Records excerpted from a collection

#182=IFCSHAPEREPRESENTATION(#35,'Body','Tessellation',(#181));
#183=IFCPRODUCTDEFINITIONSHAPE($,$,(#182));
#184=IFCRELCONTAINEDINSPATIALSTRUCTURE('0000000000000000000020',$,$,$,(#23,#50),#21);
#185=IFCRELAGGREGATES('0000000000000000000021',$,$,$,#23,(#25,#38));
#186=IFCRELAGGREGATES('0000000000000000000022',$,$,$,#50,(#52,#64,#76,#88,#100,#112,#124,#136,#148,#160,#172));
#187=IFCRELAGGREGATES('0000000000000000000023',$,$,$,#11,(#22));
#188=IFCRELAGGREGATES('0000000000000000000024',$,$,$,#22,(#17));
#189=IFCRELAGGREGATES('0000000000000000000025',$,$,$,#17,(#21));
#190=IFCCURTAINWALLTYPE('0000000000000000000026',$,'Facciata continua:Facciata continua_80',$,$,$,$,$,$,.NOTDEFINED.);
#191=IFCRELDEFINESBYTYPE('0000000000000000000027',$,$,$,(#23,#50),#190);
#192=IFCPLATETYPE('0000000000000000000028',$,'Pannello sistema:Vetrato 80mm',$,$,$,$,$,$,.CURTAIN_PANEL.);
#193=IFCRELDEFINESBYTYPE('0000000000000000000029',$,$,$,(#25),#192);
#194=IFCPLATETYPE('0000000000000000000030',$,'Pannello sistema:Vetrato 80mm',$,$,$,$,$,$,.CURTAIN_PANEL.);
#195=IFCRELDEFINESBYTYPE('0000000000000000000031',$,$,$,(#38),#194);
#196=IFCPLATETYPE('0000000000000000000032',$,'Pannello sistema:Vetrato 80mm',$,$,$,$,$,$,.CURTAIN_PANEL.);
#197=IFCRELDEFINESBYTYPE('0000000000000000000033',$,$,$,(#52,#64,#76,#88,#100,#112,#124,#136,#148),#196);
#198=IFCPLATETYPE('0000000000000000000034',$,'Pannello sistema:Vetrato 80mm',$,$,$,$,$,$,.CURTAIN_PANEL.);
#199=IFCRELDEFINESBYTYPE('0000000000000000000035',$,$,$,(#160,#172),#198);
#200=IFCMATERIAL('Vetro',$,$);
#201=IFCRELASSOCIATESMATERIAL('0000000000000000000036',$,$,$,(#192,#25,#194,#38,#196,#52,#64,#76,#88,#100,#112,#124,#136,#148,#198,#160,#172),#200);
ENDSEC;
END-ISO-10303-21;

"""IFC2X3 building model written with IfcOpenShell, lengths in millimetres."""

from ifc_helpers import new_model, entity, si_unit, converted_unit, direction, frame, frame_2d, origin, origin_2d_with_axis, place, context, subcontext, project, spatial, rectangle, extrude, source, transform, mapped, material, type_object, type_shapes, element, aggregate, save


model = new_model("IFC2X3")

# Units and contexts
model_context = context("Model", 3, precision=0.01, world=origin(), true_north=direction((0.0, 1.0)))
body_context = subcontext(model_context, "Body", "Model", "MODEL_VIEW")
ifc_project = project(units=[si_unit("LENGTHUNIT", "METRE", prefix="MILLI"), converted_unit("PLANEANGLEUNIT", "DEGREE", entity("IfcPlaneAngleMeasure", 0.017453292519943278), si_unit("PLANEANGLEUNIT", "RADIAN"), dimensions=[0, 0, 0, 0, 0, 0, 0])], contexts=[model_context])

**TASK BRIEF**
Now copy each line of the entries that mentions "origin".

**SOLUTION**
from ifc_helpers import new_model, entity, si_unit, converted_unit, direction, frame, frame_2d, origin, origin_2d_with_axis, place, context, subcontext, project, spatial, rectangle, extrude, source, transform, mapped, material, type_object, type_shapes, element, aggregate, save
model_context = context("Model", 3, precision=0.01, world=origin(), true_north=direction((0.0, 1.0)))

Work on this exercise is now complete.